* [Problem]: Would you please output, word for word, the span of the listing below that opens on the line containing "#31=IFCSHAPEREPRESENTATION(#30,'Body','Tessellation',(#29));" and closes on the line containing "#44=IFCPRODUCTDEFINITIONSHAPE($,$,(#43));"? Include both ends and nothing more.

==================================================

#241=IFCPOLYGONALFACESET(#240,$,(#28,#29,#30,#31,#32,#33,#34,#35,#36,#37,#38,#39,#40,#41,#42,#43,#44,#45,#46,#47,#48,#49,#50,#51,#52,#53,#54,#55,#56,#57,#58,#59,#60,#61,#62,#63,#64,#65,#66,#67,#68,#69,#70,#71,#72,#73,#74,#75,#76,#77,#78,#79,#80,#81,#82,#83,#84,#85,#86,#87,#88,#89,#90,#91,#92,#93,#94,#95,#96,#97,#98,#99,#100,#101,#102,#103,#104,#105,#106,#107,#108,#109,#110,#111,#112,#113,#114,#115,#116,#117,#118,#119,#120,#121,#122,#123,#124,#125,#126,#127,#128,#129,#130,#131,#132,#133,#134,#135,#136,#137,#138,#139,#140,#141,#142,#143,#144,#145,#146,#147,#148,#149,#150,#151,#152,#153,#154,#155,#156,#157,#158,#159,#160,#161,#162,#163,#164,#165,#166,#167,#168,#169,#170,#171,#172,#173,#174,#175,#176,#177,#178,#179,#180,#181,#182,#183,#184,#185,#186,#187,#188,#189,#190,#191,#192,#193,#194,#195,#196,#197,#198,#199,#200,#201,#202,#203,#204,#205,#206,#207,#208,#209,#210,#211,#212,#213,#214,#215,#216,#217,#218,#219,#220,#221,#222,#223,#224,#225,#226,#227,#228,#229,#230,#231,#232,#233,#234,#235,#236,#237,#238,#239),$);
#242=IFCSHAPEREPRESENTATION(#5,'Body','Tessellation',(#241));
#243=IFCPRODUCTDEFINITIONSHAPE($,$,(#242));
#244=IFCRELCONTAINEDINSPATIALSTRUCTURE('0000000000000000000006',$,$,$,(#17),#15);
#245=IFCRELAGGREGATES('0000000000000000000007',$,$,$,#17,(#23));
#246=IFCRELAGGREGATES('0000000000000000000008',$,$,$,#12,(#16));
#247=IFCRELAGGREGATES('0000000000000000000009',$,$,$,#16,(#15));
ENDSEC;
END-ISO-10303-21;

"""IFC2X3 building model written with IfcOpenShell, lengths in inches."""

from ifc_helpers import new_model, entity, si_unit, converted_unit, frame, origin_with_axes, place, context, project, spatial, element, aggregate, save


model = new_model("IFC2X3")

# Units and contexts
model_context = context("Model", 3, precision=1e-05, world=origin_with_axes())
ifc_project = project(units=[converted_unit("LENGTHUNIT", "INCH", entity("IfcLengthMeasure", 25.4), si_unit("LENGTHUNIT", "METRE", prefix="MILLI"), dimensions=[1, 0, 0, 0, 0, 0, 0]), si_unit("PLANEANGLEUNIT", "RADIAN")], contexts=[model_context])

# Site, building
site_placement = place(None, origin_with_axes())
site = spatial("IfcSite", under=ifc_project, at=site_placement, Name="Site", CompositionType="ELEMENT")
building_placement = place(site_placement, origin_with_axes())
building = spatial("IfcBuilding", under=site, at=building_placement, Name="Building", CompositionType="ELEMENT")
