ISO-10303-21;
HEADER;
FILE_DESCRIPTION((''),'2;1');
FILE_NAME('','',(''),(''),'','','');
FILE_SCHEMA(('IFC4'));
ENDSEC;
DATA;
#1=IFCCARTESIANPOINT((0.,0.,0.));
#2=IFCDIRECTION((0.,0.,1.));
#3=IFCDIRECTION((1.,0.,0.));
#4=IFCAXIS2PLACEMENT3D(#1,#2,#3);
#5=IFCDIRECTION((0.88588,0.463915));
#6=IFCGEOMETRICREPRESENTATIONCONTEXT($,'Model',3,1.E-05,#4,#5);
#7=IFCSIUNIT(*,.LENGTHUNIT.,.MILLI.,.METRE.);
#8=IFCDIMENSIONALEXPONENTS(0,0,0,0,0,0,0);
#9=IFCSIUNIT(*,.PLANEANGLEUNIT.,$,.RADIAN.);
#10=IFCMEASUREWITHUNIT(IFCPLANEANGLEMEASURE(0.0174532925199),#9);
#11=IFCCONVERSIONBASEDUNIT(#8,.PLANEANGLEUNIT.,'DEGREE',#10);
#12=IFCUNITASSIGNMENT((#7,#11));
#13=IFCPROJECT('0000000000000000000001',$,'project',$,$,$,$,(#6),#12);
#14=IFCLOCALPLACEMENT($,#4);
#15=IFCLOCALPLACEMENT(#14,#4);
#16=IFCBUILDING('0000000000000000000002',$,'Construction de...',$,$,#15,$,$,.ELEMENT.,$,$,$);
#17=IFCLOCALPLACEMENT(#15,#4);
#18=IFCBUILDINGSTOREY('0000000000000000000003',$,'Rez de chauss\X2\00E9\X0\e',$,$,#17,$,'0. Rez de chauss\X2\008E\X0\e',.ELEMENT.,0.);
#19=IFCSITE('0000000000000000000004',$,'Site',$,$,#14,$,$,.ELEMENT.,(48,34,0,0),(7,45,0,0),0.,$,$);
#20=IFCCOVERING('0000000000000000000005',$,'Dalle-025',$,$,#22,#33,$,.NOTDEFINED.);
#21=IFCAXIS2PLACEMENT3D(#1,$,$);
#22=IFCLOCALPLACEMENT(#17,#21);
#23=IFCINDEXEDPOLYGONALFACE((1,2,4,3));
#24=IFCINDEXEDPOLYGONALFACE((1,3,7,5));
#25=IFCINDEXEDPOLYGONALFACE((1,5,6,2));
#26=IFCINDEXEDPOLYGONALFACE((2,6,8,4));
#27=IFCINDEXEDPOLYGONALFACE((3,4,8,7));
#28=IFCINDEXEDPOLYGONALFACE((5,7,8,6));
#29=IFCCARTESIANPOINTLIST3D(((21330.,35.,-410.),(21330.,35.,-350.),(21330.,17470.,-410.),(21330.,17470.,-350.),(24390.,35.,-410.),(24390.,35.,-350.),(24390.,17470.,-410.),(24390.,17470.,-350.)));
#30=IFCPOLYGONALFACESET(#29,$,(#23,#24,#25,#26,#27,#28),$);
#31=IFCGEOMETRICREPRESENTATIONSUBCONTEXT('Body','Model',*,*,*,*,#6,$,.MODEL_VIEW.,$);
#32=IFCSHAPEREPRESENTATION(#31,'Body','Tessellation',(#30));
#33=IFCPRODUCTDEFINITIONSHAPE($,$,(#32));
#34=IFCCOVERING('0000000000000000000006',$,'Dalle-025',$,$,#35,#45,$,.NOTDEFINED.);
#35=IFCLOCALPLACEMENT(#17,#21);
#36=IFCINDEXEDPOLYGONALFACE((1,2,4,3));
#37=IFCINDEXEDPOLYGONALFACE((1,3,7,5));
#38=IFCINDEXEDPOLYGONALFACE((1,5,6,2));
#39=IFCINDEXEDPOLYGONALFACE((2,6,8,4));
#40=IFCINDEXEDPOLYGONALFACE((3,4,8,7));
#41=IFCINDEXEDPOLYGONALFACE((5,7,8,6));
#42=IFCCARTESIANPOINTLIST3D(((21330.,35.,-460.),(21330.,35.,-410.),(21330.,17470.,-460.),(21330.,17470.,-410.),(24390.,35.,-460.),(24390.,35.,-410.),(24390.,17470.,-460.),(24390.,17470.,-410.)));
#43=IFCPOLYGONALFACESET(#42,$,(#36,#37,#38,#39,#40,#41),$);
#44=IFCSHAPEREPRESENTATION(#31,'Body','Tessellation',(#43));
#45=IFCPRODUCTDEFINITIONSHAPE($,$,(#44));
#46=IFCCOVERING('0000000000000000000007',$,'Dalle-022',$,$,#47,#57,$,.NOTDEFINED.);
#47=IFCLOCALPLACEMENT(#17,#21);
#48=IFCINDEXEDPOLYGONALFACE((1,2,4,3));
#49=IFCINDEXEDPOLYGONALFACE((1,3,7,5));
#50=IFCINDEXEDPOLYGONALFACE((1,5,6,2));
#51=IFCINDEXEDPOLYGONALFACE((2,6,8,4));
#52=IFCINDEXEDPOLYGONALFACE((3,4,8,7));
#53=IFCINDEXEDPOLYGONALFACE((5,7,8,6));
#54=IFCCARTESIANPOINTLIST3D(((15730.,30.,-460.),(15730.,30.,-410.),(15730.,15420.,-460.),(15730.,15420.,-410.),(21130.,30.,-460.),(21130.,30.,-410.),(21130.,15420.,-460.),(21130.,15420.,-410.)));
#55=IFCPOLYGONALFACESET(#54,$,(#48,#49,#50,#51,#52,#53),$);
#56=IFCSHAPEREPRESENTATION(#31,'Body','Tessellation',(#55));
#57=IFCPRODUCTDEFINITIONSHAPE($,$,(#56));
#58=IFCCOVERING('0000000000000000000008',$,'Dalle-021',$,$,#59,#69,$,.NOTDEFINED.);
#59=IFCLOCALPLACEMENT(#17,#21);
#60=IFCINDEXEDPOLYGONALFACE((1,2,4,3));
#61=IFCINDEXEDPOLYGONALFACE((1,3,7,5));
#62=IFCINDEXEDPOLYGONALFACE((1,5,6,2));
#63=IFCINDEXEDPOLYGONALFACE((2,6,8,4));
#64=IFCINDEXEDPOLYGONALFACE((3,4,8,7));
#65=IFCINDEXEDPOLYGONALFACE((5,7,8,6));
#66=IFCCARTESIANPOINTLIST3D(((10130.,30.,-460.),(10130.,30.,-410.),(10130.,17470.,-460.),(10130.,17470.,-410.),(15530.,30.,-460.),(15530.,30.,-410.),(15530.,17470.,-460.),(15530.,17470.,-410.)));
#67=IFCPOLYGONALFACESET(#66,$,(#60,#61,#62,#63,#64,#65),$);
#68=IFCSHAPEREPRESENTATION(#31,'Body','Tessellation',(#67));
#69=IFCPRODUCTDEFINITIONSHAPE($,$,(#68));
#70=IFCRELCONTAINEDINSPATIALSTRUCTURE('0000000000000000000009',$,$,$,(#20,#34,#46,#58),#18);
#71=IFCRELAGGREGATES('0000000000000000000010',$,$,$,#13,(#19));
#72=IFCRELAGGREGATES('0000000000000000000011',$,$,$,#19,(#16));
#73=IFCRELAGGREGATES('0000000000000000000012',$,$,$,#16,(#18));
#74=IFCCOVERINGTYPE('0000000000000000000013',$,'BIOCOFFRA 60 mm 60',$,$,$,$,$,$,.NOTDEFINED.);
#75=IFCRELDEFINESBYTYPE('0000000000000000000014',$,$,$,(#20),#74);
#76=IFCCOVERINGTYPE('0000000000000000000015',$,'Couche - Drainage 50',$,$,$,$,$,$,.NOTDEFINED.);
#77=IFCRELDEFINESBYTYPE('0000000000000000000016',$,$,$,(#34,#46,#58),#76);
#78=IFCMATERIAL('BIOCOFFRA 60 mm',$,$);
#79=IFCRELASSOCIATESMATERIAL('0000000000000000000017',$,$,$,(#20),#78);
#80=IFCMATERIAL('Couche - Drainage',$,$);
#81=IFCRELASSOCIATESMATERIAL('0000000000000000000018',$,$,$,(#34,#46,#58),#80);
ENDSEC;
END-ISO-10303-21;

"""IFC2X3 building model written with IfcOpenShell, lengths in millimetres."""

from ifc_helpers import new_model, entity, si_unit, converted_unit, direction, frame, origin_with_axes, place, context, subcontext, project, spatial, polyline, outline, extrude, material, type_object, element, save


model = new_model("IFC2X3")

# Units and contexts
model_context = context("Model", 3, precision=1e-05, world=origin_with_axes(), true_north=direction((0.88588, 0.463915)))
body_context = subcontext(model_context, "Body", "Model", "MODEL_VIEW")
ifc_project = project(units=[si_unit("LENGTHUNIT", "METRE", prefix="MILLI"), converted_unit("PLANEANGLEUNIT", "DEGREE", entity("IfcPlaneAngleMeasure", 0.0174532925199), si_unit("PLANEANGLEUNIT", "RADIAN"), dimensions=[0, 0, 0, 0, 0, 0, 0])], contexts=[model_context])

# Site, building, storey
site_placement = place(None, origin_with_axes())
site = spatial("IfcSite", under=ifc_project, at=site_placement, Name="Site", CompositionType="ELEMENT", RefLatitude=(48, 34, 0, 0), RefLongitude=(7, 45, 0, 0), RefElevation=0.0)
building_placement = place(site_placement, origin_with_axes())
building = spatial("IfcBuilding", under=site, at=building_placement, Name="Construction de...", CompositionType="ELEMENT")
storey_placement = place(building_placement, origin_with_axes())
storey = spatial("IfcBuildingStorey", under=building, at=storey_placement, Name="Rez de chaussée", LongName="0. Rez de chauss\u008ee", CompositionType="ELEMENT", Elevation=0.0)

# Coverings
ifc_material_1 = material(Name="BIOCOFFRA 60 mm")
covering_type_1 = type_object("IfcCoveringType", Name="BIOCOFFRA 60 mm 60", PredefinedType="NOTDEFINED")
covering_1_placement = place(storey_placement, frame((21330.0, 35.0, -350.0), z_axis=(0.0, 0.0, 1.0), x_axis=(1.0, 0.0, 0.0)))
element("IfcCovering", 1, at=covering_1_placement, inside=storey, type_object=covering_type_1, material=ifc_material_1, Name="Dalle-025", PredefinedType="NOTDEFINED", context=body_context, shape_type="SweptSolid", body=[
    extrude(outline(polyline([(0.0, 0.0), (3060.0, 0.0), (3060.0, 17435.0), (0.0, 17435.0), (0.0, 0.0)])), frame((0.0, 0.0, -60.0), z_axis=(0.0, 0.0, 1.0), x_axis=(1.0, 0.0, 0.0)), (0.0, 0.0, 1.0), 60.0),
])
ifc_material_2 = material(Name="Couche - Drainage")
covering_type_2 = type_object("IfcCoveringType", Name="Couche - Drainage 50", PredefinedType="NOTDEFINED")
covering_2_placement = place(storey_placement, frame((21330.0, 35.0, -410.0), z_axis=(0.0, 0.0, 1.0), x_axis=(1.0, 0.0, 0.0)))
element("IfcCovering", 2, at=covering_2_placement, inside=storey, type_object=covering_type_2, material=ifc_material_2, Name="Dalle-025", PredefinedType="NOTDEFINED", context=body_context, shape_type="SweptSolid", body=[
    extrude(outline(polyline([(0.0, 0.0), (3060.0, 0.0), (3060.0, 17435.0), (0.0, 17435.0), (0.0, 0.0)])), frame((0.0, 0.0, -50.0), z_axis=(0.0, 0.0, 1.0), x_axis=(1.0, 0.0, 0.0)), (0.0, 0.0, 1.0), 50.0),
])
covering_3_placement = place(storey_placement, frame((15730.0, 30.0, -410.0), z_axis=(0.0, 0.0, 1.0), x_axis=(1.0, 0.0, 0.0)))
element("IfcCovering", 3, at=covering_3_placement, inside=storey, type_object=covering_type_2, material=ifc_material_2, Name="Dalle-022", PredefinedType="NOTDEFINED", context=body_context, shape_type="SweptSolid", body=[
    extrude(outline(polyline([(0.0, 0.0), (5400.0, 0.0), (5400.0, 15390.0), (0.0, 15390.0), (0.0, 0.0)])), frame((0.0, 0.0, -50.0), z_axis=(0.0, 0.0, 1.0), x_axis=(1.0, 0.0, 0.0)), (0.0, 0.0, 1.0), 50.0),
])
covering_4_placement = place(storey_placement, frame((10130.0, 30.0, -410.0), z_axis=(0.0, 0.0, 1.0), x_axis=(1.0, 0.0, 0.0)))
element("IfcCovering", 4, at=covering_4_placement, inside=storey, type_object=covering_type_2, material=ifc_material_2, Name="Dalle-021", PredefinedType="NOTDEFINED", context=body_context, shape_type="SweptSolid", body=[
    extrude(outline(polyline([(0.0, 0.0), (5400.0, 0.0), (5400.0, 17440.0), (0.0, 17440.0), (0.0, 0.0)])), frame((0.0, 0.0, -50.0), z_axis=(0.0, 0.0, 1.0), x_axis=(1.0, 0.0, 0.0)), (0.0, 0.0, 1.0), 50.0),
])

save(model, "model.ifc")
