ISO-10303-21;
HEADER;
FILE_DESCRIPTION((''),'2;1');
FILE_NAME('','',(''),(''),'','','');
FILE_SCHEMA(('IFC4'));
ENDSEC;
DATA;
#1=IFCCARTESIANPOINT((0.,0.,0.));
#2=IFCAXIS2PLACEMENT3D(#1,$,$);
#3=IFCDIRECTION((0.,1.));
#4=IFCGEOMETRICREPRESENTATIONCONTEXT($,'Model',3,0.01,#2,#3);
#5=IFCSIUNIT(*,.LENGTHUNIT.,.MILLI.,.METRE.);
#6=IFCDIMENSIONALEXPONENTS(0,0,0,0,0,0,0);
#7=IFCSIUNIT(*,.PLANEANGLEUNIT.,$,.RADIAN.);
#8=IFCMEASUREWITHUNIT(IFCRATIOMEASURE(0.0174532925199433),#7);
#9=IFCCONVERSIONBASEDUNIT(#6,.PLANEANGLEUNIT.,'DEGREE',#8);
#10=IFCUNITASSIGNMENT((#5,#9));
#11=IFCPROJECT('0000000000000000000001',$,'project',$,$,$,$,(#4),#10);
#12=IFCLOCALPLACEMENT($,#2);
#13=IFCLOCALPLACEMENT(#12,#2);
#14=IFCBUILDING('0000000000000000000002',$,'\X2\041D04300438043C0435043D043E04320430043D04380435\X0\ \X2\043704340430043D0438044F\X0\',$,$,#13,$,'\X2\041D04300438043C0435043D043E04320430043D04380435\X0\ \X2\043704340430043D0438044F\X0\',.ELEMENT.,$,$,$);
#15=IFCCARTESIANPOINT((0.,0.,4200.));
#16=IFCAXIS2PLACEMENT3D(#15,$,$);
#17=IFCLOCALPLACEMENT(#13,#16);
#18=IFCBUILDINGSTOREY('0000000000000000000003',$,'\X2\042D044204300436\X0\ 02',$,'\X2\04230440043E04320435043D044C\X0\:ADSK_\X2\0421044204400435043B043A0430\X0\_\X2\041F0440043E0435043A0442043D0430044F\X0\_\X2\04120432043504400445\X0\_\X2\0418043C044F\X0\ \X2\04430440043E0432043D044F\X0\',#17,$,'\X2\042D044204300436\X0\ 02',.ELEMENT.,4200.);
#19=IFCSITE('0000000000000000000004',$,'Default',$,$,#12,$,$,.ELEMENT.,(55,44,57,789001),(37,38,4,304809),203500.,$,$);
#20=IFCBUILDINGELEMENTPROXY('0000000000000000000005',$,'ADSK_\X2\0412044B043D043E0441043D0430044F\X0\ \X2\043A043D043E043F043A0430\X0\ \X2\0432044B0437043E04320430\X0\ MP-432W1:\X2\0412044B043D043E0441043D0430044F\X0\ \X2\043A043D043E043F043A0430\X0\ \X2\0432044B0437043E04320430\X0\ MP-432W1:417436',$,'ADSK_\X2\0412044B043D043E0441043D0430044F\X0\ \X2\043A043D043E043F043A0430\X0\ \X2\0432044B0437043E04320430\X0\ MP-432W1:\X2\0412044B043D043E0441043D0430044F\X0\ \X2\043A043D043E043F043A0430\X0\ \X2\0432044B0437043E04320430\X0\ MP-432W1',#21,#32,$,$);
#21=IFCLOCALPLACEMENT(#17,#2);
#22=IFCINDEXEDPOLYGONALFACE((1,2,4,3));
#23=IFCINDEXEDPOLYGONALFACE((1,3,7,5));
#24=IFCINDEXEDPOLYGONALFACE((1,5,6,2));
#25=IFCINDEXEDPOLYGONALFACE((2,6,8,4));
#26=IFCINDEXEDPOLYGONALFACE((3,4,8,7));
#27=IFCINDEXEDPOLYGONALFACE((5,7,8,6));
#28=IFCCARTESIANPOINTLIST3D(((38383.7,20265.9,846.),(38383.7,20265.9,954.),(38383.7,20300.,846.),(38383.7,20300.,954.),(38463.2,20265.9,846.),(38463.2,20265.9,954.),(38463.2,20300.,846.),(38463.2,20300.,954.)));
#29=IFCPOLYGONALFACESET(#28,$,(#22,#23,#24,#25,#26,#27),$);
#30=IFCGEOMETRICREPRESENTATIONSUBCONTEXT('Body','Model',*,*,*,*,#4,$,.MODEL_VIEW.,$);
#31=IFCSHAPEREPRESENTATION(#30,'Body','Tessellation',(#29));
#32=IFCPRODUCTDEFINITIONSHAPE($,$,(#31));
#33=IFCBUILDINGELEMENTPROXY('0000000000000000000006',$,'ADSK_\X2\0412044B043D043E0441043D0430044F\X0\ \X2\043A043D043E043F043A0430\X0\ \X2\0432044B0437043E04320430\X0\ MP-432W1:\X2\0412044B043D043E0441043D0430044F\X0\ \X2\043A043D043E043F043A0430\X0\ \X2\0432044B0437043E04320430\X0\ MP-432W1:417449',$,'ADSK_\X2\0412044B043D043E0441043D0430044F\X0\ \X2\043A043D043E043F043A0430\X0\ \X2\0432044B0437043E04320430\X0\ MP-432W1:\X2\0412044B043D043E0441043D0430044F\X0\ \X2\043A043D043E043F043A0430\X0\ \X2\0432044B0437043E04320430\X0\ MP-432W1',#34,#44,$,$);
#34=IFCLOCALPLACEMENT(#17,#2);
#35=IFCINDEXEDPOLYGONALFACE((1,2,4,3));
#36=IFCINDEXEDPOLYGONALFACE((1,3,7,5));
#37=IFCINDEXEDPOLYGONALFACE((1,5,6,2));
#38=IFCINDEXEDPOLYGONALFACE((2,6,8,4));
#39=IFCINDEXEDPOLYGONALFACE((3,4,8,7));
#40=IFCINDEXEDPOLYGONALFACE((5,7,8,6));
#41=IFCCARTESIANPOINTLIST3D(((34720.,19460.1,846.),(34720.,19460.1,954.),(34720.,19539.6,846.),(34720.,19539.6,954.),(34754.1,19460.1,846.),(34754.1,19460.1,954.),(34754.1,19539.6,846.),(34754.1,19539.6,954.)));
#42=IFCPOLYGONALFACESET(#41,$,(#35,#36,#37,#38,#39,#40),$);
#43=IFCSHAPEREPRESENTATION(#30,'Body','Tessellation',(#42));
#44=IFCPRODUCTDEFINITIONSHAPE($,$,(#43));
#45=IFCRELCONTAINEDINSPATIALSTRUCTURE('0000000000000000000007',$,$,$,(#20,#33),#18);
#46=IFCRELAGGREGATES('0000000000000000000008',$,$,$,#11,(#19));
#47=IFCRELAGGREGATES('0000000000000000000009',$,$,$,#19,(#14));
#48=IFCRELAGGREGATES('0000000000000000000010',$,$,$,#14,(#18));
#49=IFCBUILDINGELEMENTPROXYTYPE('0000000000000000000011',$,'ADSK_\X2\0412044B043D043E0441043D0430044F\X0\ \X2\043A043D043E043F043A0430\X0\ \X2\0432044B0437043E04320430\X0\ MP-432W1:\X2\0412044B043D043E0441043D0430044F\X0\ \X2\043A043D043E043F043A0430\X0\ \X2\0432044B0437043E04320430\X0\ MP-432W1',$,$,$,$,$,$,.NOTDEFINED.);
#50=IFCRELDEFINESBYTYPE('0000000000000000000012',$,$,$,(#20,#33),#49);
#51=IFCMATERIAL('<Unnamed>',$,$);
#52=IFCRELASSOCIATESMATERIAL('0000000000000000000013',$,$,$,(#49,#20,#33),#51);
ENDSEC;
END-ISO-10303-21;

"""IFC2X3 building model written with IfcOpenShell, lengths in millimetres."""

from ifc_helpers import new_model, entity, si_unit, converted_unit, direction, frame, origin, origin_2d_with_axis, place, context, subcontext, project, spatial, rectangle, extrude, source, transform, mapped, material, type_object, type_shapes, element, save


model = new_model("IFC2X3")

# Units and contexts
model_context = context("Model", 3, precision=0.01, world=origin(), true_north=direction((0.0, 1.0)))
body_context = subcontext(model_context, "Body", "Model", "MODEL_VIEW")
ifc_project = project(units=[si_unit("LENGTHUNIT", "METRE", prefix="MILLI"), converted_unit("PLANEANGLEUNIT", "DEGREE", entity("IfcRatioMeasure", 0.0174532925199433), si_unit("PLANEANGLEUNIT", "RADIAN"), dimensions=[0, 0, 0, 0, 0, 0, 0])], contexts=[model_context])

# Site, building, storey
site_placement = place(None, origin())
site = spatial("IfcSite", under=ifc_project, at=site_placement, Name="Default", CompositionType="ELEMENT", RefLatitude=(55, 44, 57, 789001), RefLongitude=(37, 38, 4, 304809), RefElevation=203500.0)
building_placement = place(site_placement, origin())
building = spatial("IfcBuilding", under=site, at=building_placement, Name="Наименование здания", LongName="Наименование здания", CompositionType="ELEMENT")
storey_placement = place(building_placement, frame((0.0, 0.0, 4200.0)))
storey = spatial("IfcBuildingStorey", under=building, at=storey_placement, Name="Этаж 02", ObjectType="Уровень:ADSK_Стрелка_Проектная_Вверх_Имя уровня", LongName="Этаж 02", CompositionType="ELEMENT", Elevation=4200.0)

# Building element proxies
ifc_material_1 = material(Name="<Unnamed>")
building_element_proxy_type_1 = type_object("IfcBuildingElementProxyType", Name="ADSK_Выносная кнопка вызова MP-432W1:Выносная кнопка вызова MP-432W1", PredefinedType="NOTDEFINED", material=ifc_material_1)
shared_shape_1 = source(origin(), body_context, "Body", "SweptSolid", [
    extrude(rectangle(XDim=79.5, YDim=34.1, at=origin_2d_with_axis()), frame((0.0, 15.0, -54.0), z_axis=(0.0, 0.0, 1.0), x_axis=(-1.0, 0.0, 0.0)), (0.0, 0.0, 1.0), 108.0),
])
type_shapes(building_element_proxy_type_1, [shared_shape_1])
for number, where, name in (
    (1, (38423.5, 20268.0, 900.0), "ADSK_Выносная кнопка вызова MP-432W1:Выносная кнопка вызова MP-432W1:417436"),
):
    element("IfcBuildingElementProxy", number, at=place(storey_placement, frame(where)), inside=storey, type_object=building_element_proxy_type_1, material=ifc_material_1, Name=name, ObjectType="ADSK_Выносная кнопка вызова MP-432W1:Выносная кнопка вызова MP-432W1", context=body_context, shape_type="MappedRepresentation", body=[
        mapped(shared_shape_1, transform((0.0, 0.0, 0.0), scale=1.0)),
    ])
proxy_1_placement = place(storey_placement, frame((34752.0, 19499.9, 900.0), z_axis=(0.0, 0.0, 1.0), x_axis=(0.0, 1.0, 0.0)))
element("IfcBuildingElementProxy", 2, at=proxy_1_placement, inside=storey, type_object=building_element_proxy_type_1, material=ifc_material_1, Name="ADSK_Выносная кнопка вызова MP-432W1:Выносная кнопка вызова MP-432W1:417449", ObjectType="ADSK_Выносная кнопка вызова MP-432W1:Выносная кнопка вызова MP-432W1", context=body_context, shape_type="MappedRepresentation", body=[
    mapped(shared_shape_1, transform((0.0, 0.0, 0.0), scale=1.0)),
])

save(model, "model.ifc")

==================================================

* [Completed task]:
#31=IFCSHAPEREPRESENTATION(#30,'Body','Tessellation',(#29));
#32=IFCPRODUCTDEFINITIONSHAPE($,$,(#31));
#33=IFCBUILDINGELEMENTPROXY('0000000000000000000006',$,'ADSK_\X2\0412044B043D043E0441043D0430044F\X0\ \X2\043A043D043E043F043A0430\X0\ \X2\0432044B0437043E04320430\X0\ MP-432W1:\X2\0412044B043D043E0441043D0430044F\X0\ \X2\043A043D043E043F043A0430\X0\ \X2\0432044B0437043E04320430\X0\ MP-432W1:417449',$,'ADSK_\X2\0412044B043D043E0441043D0430044F\X0\ \X2\043A043D043E043F043A0430\X0\ \X2\0432044B0437043E04320430\X0\ MP-432W1:\X2\0412044B043D043E0441043D0430044F\X0\ \X2\043A043D043E043F043A0430\X0\ \X2\0432044B0437043E04320430\X0\ MP-432W1',#34,#44,$,$);
#34=IFCLOCALPLACEMENT(#17,#2);
#35=IFCINDEXEDPOLYGONALFACE((1,2,4,3));
#36=IFCINDEXEDPOLYGONALFACE((1,3,7,5));
#37=IFCINDEXEDPOLYGONALFACE((1,5,6,2));
#38=IFCINDEXEDPOLYGONALFACE((2,6,8,4));
#39=IFCINDEXEDPOLYGONALFACE((3,4,8,7));
#40=IFCINDEXEDPOLYGONALFACE((5,7,8,6));
#41=IFCCARTESIANPOINTLIST3D(((34720.,19460.1,846.),(34720.,19460.1,954.),(34720.,19539.6,846.),(34720.,19539.6,954.),(34754.1,19460.1,846.),(34754.1,19460.1,954.),(34754.1,19539.6,846.),(34754.1,19539.6,954.)));
#42=IFCPOLYGONALFACESET(#41,$,(#35,#36,#37,#38,#39,#40),$);
#43=IFCSHAPEREPRESENTATION(#30,'Body','Tessellation',(#42));
#44=IFCPRODUCTDEFINITIONSHAPE($,$,(#43));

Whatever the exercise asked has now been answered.